> [Collected data entries]
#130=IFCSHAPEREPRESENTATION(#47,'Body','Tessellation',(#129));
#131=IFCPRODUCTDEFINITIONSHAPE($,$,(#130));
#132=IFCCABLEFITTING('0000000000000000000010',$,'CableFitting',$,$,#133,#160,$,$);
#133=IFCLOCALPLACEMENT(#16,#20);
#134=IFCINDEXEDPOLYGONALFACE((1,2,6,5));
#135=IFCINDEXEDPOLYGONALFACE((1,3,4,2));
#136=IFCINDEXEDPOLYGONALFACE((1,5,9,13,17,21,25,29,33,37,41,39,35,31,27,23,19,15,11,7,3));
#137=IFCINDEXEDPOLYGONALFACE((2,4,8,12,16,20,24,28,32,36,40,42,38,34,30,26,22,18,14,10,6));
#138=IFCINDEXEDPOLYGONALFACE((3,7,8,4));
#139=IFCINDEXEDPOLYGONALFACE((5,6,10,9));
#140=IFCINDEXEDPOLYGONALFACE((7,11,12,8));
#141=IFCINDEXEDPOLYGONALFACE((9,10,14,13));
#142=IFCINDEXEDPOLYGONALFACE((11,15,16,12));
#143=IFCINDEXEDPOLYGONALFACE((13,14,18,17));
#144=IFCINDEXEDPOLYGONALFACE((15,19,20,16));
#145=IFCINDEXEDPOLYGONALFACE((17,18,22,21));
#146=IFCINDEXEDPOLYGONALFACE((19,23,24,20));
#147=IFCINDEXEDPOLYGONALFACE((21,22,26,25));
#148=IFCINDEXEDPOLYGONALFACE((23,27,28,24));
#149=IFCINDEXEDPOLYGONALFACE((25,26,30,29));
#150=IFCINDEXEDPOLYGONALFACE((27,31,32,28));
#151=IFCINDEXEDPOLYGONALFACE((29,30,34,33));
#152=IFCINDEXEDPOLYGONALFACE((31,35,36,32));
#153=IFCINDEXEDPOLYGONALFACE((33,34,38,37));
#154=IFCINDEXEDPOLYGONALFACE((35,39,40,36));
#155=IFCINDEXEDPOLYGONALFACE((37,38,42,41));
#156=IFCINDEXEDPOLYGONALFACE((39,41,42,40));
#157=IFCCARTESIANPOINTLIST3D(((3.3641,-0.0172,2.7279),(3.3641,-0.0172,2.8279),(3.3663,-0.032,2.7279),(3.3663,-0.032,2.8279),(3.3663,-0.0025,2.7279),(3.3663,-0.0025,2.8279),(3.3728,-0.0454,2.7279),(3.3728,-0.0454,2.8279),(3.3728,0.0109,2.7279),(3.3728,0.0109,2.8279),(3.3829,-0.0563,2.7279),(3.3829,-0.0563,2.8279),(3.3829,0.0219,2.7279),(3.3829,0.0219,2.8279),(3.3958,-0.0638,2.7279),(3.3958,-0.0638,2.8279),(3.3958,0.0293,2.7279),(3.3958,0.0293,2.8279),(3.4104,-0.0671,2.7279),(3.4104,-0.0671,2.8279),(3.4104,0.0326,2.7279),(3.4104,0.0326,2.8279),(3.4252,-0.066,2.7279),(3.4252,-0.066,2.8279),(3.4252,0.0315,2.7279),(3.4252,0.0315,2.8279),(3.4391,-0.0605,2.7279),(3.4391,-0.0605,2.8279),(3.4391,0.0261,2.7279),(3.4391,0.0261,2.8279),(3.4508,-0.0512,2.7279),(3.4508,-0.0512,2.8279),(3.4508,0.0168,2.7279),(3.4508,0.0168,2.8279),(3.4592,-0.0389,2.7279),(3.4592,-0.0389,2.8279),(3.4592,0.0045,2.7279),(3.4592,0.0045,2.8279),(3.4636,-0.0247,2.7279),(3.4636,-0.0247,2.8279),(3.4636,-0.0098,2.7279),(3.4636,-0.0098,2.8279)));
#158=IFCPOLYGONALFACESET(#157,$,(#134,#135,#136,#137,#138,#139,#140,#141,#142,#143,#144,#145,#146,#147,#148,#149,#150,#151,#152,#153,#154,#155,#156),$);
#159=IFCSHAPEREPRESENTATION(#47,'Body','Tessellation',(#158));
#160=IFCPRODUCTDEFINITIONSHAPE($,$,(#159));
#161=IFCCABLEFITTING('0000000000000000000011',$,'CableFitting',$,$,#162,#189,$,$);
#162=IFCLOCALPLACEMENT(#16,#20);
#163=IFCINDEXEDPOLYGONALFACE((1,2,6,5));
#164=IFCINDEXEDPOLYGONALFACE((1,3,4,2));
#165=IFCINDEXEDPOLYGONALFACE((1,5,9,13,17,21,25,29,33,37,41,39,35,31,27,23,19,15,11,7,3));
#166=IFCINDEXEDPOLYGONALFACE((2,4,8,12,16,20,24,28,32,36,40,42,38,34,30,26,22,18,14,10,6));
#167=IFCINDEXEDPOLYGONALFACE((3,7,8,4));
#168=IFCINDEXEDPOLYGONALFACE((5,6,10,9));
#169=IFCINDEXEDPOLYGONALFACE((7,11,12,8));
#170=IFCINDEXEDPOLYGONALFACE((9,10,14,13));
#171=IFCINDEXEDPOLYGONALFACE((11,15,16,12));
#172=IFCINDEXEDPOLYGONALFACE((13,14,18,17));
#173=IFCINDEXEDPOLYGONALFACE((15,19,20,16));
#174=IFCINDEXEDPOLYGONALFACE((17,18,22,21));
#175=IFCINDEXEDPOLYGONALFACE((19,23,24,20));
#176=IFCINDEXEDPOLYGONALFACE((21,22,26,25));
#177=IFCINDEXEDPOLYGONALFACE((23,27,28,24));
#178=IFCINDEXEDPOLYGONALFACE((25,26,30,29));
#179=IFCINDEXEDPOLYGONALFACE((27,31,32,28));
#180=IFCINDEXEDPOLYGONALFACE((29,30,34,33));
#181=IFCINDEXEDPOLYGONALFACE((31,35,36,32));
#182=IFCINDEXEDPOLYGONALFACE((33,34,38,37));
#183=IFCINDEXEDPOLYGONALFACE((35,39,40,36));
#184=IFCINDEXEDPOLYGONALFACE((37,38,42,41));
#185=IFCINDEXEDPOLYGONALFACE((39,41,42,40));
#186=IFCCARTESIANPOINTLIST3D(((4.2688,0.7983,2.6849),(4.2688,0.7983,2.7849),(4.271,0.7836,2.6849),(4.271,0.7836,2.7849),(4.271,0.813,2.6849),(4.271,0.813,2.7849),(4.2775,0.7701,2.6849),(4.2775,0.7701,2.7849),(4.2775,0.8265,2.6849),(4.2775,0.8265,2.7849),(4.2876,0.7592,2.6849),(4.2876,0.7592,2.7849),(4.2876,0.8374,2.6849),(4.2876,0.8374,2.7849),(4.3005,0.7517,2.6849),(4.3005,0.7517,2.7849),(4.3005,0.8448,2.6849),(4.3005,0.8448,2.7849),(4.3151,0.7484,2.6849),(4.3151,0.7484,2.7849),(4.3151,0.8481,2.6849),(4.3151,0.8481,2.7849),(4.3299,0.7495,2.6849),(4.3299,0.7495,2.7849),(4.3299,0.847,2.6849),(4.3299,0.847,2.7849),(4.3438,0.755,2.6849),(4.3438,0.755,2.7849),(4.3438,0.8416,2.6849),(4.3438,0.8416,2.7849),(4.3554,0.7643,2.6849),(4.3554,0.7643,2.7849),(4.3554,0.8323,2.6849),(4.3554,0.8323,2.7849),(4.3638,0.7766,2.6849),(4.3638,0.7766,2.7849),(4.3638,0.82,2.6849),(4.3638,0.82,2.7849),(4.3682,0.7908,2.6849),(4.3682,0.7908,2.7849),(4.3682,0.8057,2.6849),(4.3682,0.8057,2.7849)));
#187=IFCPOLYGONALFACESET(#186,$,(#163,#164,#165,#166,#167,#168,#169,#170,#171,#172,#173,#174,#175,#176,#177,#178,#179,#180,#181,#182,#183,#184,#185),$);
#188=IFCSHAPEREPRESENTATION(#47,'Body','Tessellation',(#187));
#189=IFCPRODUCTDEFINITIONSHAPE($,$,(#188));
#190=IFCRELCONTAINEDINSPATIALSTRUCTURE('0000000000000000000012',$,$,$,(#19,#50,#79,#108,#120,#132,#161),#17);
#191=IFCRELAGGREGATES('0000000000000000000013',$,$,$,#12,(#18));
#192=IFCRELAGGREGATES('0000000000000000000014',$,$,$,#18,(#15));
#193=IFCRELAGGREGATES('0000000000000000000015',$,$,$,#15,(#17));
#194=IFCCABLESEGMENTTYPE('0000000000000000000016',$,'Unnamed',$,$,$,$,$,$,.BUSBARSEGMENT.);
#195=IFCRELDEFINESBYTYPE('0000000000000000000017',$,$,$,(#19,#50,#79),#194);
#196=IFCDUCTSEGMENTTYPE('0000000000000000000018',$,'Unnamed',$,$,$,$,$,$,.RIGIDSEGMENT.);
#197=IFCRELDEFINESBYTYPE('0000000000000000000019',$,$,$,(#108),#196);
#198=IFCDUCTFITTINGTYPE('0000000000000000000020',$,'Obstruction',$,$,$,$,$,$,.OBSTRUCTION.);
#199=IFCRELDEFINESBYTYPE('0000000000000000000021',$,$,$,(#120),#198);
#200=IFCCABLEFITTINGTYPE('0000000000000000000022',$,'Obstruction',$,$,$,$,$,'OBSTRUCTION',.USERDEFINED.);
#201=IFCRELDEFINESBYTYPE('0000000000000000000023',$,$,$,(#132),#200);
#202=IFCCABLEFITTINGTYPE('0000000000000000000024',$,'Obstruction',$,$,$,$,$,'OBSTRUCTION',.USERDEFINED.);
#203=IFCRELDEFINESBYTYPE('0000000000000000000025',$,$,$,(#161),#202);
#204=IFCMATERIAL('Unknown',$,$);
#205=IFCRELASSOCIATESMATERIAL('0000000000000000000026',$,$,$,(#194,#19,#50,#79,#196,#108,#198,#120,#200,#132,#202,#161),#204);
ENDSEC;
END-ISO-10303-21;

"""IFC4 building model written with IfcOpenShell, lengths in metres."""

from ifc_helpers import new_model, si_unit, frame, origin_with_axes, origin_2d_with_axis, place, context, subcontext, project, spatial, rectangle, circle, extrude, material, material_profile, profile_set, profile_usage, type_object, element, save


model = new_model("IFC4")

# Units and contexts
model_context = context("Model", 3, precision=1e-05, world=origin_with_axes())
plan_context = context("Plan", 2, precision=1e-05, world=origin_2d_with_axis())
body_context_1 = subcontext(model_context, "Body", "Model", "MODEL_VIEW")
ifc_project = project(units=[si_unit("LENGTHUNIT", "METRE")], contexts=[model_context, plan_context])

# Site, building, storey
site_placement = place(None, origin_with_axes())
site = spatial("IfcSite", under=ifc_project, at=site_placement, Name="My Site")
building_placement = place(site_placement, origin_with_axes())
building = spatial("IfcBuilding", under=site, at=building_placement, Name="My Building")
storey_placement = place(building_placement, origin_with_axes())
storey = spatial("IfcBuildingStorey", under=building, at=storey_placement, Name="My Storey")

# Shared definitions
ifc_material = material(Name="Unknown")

> [Task statement] Give back the entries above exactly as they are, from their first line through the line that contains "#133=IFCLOCALPLACEMENT(#16,#20);", both included, with nothing else.

> [Task response]
#130=IFCSHAPEREPRESENTATION(#47,'Body','Tessellation',(#129));
#131=IFCPRODUCTDEFINITIONSHAPE($,$,(#130));
#132=IFCCABLEFITTING('0000000000000000000010',$,'CableFitting',$,$,#133,#160,$,$);
#133=IFCLOCALPLACEMENT(#16,#20);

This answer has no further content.